Southwestern Electric Power Company 2024 Integrated Resource Plan
Synapse supported Sierra Club in its engagement in Southwestern Electric Power Company’s (SWEPCO) 2024 Integrated Resource Planning (IRP) process in Arkansas. Synapse attended a number of stakeholder meetings on behalf of Sierra Club and otherwise represented the club in the Stakeholder process. Synapse also supported Sierra Club in drafting data requests, comment letters in response to several stakeholder meetings, and in drafting sections of the Stakeholder Committee Report. Synapse and Sierra Club comments and analysis focused on SWEPCO’s modeling assumptions, transmission analysis, and coal plant retirement plants.

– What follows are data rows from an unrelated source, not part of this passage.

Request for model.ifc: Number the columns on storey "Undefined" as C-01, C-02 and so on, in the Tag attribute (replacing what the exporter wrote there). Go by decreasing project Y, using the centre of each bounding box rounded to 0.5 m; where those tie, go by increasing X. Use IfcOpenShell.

First a look at what the model holds.

```python
import ifcopenshell
import ifcopenshell.util.element
import ifcopenshell.util.placement

model = ifcopenshell.open("model.ifc")
print(model.schema)
storey = next(s for s in model.by_type("IfcBuildingStorey") if s.Name == "Undefined")
columns = [e for e in ifcopenshell.util.element.get_decomposition(storey) if e.is_a("IfcColumn")]
for e in sorted(columns, key=lambda e: e.id()):
    origin = ifcopenshell.util.placement.get_local_placement(e.ObjectPlacement)[:3, 3]
    print(e.id(), e.Tag, e.Name, origin.round(2) + 0.0, sep=" | ")
```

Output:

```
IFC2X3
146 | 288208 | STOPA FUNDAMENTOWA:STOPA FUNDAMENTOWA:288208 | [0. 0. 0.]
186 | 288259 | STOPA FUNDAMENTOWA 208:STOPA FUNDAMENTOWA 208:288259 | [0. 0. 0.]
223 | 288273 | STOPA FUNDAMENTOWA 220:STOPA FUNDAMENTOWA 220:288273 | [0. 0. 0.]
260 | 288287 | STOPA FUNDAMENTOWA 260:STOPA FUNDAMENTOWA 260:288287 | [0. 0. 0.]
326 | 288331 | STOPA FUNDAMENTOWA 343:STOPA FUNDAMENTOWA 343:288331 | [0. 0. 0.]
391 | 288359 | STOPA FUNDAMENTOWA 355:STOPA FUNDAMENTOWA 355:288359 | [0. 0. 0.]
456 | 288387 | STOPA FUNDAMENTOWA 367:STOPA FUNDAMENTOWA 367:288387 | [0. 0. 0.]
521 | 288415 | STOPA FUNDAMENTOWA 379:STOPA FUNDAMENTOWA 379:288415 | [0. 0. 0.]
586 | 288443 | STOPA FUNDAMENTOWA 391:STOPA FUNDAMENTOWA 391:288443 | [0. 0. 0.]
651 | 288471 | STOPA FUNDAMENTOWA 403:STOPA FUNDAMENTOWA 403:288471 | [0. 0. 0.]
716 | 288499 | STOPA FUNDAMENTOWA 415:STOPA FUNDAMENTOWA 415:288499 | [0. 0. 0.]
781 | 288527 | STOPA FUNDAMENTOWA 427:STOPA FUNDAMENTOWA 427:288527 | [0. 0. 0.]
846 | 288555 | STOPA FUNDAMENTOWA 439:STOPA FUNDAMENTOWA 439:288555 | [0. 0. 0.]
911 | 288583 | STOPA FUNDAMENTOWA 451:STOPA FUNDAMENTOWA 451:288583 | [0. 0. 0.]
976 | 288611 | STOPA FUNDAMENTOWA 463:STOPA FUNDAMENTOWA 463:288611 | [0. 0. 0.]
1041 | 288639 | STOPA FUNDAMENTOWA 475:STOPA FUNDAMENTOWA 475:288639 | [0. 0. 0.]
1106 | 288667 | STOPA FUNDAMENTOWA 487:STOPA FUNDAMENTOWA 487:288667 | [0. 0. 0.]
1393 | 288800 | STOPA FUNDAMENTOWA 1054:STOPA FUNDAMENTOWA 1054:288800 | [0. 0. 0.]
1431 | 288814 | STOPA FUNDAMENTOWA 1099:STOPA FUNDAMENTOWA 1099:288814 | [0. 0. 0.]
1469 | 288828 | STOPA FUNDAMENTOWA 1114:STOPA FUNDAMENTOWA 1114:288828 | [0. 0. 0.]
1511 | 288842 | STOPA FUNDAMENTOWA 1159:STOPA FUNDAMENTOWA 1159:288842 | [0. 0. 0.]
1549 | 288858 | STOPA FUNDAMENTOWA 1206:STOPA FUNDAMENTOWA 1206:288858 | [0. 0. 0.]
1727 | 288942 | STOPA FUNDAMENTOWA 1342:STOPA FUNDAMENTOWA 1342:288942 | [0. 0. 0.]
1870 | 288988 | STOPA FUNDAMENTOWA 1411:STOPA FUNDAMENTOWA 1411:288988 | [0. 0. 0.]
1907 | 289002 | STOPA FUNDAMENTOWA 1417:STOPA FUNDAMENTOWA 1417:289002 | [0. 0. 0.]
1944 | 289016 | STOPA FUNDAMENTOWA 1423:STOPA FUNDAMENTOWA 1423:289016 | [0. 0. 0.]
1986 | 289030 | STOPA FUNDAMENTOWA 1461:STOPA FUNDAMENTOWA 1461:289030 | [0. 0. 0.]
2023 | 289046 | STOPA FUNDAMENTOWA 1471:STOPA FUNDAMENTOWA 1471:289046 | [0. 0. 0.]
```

```python
import ifcopenshell
import ifcopenshell.geom
import ifcopenshell.util.element
import ifcopenshell.util.shape

model = ifcopenshell.open("model.ifc")
settings = ifcopenshell.geom.settings()
settings.set("use-world-coords", True)


def centre(element):
    shape = ifcopenshell.geom.create_shape(settings, element)
    return ifcopenshell.util.shape.get_bbox_centroid(shape.geometry)


storey = next(s for s in model.by_type("IfcBuildingStorey") if s.Name == "Undefined")
columns = [e for e in ifcopenshell.util.element.get_decomposition(storey) if e.is_a("IfcColumn")]

# Insertion points can sit at a corner or the storey origin, so sort by the geometry (in metres).
centres = {e: centre(e) for e in columns}
columns.sort(key=lambda e: (-round(centres[e][1] / 0.5), centres[e][0]))

for i, e in enumerate(columns, start=1):
    number = f"C-{i:02d}"
    e.Tag = number
    print(e.id(), number)

model.write("model-out.ifc")
```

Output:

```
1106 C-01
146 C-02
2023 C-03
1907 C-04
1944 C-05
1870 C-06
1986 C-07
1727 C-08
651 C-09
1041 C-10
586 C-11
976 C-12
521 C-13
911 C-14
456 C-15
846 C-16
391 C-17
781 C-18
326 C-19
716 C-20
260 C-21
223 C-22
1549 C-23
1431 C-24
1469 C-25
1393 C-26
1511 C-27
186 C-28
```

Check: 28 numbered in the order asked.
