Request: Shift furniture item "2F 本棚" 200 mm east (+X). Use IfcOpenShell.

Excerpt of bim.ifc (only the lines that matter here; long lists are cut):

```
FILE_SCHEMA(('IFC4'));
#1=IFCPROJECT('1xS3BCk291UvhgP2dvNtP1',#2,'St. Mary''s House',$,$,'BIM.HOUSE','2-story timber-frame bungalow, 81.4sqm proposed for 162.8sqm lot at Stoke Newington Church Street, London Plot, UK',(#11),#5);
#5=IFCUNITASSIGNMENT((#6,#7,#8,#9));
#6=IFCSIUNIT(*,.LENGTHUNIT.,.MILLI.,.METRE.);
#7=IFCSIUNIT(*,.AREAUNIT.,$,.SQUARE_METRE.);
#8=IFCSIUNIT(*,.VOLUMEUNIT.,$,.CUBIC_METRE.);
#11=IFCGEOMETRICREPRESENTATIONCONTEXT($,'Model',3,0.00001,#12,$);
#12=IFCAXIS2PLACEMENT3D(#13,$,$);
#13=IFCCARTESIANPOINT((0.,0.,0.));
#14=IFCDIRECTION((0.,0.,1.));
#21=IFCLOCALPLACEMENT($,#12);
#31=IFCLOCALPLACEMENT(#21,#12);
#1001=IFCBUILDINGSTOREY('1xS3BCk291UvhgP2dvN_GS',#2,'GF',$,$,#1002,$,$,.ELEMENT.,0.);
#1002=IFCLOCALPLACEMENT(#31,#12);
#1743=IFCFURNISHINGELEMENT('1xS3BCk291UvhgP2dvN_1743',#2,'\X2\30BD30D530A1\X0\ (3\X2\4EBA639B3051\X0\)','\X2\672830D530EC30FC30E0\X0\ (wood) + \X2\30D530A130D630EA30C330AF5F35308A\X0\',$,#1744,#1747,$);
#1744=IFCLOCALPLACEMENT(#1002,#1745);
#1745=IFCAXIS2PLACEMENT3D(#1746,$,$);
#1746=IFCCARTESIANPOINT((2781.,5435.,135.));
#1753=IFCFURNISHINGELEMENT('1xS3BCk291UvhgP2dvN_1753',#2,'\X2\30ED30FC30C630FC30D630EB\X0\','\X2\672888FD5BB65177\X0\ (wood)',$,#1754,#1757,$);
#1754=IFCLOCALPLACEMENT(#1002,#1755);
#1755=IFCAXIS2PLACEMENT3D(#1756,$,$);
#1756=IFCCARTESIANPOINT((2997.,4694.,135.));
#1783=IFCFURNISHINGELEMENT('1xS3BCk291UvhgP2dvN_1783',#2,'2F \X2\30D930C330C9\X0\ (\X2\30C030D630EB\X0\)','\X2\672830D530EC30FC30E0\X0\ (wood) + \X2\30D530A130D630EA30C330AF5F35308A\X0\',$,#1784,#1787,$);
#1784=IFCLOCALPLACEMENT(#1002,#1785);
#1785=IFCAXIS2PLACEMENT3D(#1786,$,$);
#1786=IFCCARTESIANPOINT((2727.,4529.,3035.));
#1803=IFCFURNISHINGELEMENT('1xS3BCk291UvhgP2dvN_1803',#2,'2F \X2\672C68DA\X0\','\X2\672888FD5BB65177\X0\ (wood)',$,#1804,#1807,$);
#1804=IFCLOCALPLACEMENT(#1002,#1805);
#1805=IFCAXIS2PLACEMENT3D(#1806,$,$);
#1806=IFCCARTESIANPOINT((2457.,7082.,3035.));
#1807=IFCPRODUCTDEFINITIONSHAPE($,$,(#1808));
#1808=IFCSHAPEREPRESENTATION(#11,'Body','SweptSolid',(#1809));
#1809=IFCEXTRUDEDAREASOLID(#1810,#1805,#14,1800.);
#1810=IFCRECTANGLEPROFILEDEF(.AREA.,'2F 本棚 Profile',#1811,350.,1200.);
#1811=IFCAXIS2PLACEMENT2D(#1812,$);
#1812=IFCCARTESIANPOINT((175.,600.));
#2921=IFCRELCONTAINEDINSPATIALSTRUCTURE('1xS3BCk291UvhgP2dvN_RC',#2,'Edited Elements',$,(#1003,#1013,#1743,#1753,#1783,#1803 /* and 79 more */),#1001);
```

```python
import ifcopenshell
import ifcopenshell.api.geometry
import ifcopenshell.util.placement
import ifcopenshell.util.unit

model = ifcopenshell.open("bim.ifc")
unit_scale = ifcopenshell.util.unit.calculate_unit_scale(model)

item = model.by_guid("1xS3BCk291UvhgP2dvN_1803")
matrix = ifcopenshell.util.placement.get_local_placement(item.ObjectPlacement)
matrix[0, 3] += 0.2 / unit_scale
ifcopenshell.api.geometry.edit_object_placement(model, product=item, matrix=matrix, is_si=False)

print(ifcopenshell.util.placement.get_local_placement(item.ObjectPlacement).round(3) + 0.0)

model.write("bim-out.ifc")
```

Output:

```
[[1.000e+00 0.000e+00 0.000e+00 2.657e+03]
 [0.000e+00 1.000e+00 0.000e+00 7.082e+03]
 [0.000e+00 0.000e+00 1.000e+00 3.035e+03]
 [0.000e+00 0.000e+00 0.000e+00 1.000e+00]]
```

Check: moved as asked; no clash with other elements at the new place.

We found that overall, SWEPCO continued to fall short of best practices in resource planning. First, SWEPCO selected a portfolio that relies heavily on fossil fuel despite the marginal difference in cost between the preferred portfolio and a cleaner portfolio that is compliant with enhanced environmental regulations and thus has lower regulatory risk. Second, the load pocked in Northwest Arkansas continues to be a key stakeholder concern and SWEPCO continues to defer addressing it. Third, SWEPCO views transmission investment as completely outside the IRP process which is inefficient when a load pocket – which could have both transmission and generation solutions – is at issue. Fourth, evaluating retirement of existing fossil resources, specifically Flint Creek, is within the scope of the IRP and SWEPCO should be conducting modeling runs to evaluate the question as part of its IRP process. Fifth, SWEPCO relies on new resource costs that systematically bias the model towards conventional fossil resources and away from renewables. And finally, SWEPCO’s evaluation scorecard for its IRP is incomplete and omits a metric to quantify the portion of its energy supply that comes relies on volatile fossil fuels.
The Stakeholder report was filed in February 2025.